For the 0-th pass, we scan through the whole list to find the minimum element in the list. We then swap that element with the element at position 0. For the 1st pass, we scan through elements 1 through n-1 to find the minimum of those elements. We then swap that element with the element at position 1. We continue in this way. In the i-th pass, we scan through elements i through n-1 to find the next minimum value, then perform a swap to place it at position i.
Once we complete the pass numbered n-2, the whole list will be sorted.
Write a function def selectionSort(someList) that sorts someList it is given using selection sort. Note that your code should not return a sorted list. Instead, it should rearrange the items that are stored in the list it is given.
[HW11 P4]
Exercise: count sort
There are situations in coding where the list of integers that we need to sort are drawn from a limited range. For example, the list
[1, 2, 0, 0, 1, 3, 2, 1, 0, 1, 3, 3, 3, 1, 0, 1, 0]

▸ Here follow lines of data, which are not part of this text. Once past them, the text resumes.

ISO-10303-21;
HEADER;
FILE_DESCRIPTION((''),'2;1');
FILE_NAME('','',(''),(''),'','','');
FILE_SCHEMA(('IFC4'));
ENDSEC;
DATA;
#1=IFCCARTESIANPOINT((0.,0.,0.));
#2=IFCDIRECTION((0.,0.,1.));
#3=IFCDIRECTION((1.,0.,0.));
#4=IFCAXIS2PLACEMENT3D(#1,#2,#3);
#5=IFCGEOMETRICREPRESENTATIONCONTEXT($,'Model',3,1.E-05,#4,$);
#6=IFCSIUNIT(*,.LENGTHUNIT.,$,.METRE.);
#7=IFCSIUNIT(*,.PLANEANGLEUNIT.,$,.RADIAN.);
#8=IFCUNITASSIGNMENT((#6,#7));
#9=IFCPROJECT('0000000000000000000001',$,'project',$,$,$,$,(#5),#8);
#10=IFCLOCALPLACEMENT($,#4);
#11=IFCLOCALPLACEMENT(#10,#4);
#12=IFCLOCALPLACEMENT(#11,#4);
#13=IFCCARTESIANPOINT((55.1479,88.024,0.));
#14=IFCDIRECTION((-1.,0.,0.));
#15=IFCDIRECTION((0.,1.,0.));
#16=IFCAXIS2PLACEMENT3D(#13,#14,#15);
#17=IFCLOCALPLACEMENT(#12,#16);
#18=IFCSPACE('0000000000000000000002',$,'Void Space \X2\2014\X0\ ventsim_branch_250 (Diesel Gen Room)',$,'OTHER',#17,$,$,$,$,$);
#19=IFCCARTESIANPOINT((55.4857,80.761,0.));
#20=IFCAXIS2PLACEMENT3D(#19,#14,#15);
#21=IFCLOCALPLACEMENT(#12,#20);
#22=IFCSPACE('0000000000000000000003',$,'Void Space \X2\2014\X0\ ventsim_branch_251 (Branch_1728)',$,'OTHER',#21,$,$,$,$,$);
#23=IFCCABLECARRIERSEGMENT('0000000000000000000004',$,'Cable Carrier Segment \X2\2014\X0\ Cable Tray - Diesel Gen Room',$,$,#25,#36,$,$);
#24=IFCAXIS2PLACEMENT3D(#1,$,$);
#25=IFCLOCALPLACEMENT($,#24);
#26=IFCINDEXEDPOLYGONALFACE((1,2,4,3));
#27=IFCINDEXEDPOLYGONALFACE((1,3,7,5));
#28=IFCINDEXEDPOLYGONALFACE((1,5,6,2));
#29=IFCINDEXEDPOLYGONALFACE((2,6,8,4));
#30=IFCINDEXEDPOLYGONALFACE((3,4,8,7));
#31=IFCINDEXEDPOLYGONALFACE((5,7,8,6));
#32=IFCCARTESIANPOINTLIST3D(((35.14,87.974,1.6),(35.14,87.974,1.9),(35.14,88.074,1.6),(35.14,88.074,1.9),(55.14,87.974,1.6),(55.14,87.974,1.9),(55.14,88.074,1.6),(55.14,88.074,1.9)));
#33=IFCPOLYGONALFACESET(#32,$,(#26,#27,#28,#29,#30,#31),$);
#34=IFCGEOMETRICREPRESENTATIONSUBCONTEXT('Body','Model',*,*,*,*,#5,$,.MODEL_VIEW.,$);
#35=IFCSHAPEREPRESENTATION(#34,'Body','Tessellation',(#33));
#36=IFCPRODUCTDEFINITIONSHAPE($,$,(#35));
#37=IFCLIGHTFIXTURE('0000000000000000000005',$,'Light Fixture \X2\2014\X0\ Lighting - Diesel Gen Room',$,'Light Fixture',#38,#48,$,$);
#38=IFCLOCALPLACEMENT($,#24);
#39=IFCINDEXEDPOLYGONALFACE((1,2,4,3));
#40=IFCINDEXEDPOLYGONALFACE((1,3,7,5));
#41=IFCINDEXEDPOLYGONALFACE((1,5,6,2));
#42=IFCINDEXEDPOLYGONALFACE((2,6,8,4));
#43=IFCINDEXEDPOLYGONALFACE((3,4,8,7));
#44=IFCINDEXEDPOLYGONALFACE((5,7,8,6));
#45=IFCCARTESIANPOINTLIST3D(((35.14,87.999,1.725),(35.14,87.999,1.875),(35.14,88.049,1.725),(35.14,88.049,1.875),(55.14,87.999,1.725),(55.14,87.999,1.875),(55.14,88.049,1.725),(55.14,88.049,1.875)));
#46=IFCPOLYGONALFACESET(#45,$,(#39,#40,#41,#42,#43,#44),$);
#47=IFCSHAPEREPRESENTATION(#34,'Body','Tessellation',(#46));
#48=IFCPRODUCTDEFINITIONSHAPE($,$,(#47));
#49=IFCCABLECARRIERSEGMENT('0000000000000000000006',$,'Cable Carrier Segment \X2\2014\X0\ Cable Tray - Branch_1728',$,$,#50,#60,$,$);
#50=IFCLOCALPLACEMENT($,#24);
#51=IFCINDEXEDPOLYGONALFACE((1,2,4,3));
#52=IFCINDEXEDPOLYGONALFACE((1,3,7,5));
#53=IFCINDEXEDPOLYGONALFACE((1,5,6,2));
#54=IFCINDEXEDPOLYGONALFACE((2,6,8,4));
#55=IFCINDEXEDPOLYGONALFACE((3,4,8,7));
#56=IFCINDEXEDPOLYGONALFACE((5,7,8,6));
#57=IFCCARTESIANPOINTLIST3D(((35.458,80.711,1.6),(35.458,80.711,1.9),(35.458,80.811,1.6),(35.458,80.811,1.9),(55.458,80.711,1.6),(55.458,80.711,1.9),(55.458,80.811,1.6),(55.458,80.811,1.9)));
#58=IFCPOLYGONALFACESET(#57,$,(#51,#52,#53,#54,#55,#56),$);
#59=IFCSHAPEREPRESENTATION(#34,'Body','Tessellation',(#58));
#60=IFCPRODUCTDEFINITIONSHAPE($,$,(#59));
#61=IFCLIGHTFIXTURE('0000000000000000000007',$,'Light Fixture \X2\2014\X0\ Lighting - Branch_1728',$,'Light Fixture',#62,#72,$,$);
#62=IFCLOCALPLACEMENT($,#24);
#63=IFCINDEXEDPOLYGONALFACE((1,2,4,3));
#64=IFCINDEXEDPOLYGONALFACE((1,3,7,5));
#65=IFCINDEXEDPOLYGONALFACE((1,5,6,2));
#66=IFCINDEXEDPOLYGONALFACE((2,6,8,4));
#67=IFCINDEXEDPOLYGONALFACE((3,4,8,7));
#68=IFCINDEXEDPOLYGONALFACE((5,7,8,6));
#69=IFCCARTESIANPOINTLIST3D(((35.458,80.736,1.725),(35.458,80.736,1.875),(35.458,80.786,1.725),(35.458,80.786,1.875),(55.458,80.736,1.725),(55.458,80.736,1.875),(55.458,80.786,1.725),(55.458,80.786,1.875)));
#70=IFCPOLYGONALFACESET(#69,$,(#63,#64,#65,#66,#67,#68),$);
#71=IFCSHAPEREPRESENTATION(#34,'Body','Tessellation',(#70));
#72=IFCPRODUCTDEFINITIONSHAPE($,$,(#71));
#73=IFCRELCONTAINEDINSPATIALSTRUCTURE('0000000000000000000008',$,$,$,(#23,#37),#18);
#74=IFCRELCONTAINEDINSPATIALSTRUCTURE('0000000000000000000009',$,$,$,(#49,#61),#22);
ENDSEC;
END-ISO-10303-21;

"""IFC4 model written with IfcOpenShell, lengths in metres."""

from ifc_helpers import new_model, si_unit, frame, origin_with_axes, origin_2d_with_axis, place, context, subcontext, project, spatial, rectangle, extrude, element, save


model = new_model("IFC4")

# Units and contexts
model_context = context("Model", 3, precision=1e-05, world=origin_with_axes())
body_context = subcontext(model_context, "Body", "Model", "MODEL_VIEW")
ifc_project = project(units=[si_unit("LENGTHUNIT", "METRE"), si_unit("PLANEANGLEUNIT", "RADIAN")], contexts=[model_context])

# Shared definitions
placement_1 = place(None, origin_with_axes())
placement_2 = place(placement_1, origin_with_axes())
placement_3 = place(placement_2, origin_with_axes())

# Shared definitions
space_1_placement = place(placement_3, frame((55.1479, 88.024, 0.0), z_axis=(-1.0, 0.0, 0.0), x_axis=(0.0, 1.0, 0.0)))
space_1 = spatial("IfcSpace", at=space_1_placement, Name="Void Space — ventsim_branch_250 (Diesel Gen Room)", ObjectType="OTHER")

# Cable carrier segment
cable_carrier_segment_1_placement = place(placement_3, frame((55.14, 88.024, 1.75), z_axis=(-1.0, 0.0, 0.0), x_axis=(0.0, 0.0, 1.0)))
element("IfcCableCarrierSegment", 1, at=cable_carrier_segment_1_placement, inside=space_1, Name="Cable Carrier Segment — Cable Tray - Diesel Gen Room", context=body_context, shape_type="SweptSolid", body=[
    extrude(rectangle(XDim=0.3, YDim=0.1, at=origin_2d_with_axis()), origin_with_axes(), (0.0, 0.0, 1.0), 20.0),
])

# Light fixture
light_fixture_1_placement = place(placement_3, frame((55.14, 88.024, 1.8), z_axis=(-1.0, 0.0, 0.0), x_axis=(0.0, 0.0, 1.0)))
element("IfcLightFixture", 2, at=light_fixture_1_placement, inside=space_1, Name="Light Fixture — Lighting - Diesel Gen Room", ObjectType="Light Fixture", context=body_context, shape_type="SweptSolid", body=[
    extrude(rectangle(XDim=0.15, YDim=0.05, at=origin_2d_with_axis()), origin_with_axes(), (0.0, 0.0, 1.0), 20.0),
])

# Shared definitions
space_2_placement = place(placement_3, frame((55.4857, 80.761, 0.0), z_axis=(-1.0, 0.0, 0.0), x_axis=(0.0, 1.0, 0.0)))
space_2 = spatial("IfcSpace", at=space_2_placement, Name="Void Space — ventsim_branch_251 (Branch_1728)", ObjectType="OTHER")

# Cable carrier segment
cable_carrier_segment_2_placement = place(placement_3, frame((55.458, 80.761, 1.75), z_axis=(-1.0, 0.0, 0.0), x_axis=(0.0, 0.0, 1.0)))
element("IfcCableCarrierSegment", 3, at=cable_carrier_segment_2_placement, inside=space_2, Name="Cable Carrier Segment — Cable Tray - Branch_1728", context=body_context, shape_type="SweptSolid", body=[
    extrude(rectangle(XDim=0.3, YDim=0.1, at=origin_2d_with_axis()), origin_with_axes(), (0.0, 0.0, 1.0), 20.0),
])

# Light fixture
light_fixture_2_placement = place(placement_3, frame((55.458, 80.761, 1.8), z_axis=(-1.0, 0.0, 0.0), x_axis=(0.0, 0.0, 1.0)))
element("IfcLightFixture", 4, at=light_fixture_2_placement, inside=space_2, Name="Light Fixture — Lighting - Branch_1728", ObjectType="Light Fixture", context=body_context, shape_type="SweptSolid", body=[
    extrude(rectangle(XDim=0.15, YDim=0.05, at=origin_2d_with_axis()), origin_with_axes(), (0.0, 0.0, 1.0), 20.0),
])

save(model, "model.ifc")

only has elements with values between 0 and 3. When that is the case, it is common to use a special sort called count sort.
Here is how it works. Assume that the numbers in our list are integers from 0 up to m-1. There are two phases. In the first phase we scan through the list and count the number of occurrences of each integer in that list. This is done by making a list of counts count, of length m, where count[i] is the number of times that the value i occurs in the list we are sorting. It makes one pass through the list in order to figure out all these counts.
For the list above, the count list is of length 4 and has the contents
[5, 6, 2, 4]
because 0 appears five times, 1 appears six times, 2 appears twice, and 3 appears four times.
In the second phase, we “rewrite” the list we are sorting to have that data in order. That is, we do the work to place the m values in order into the list according to their counts. For the example list, that ultimately places five 0s, six 1s, two 2s, and four 3s to obtain the list contents
[0, 0, 0, 0, 0, 1, 1, 1, 1, 1, 1, 2, 2, 3, 3, 3, 3]
Write a function def countSort(someList, m) that is given a list and the value of m (indicating that the list values are from 0 to m-1) and sorts the contents of someList using count sort. Note that your code should not return a sorted list. Instead, it should modify the list it is given so that the data is in sorted order.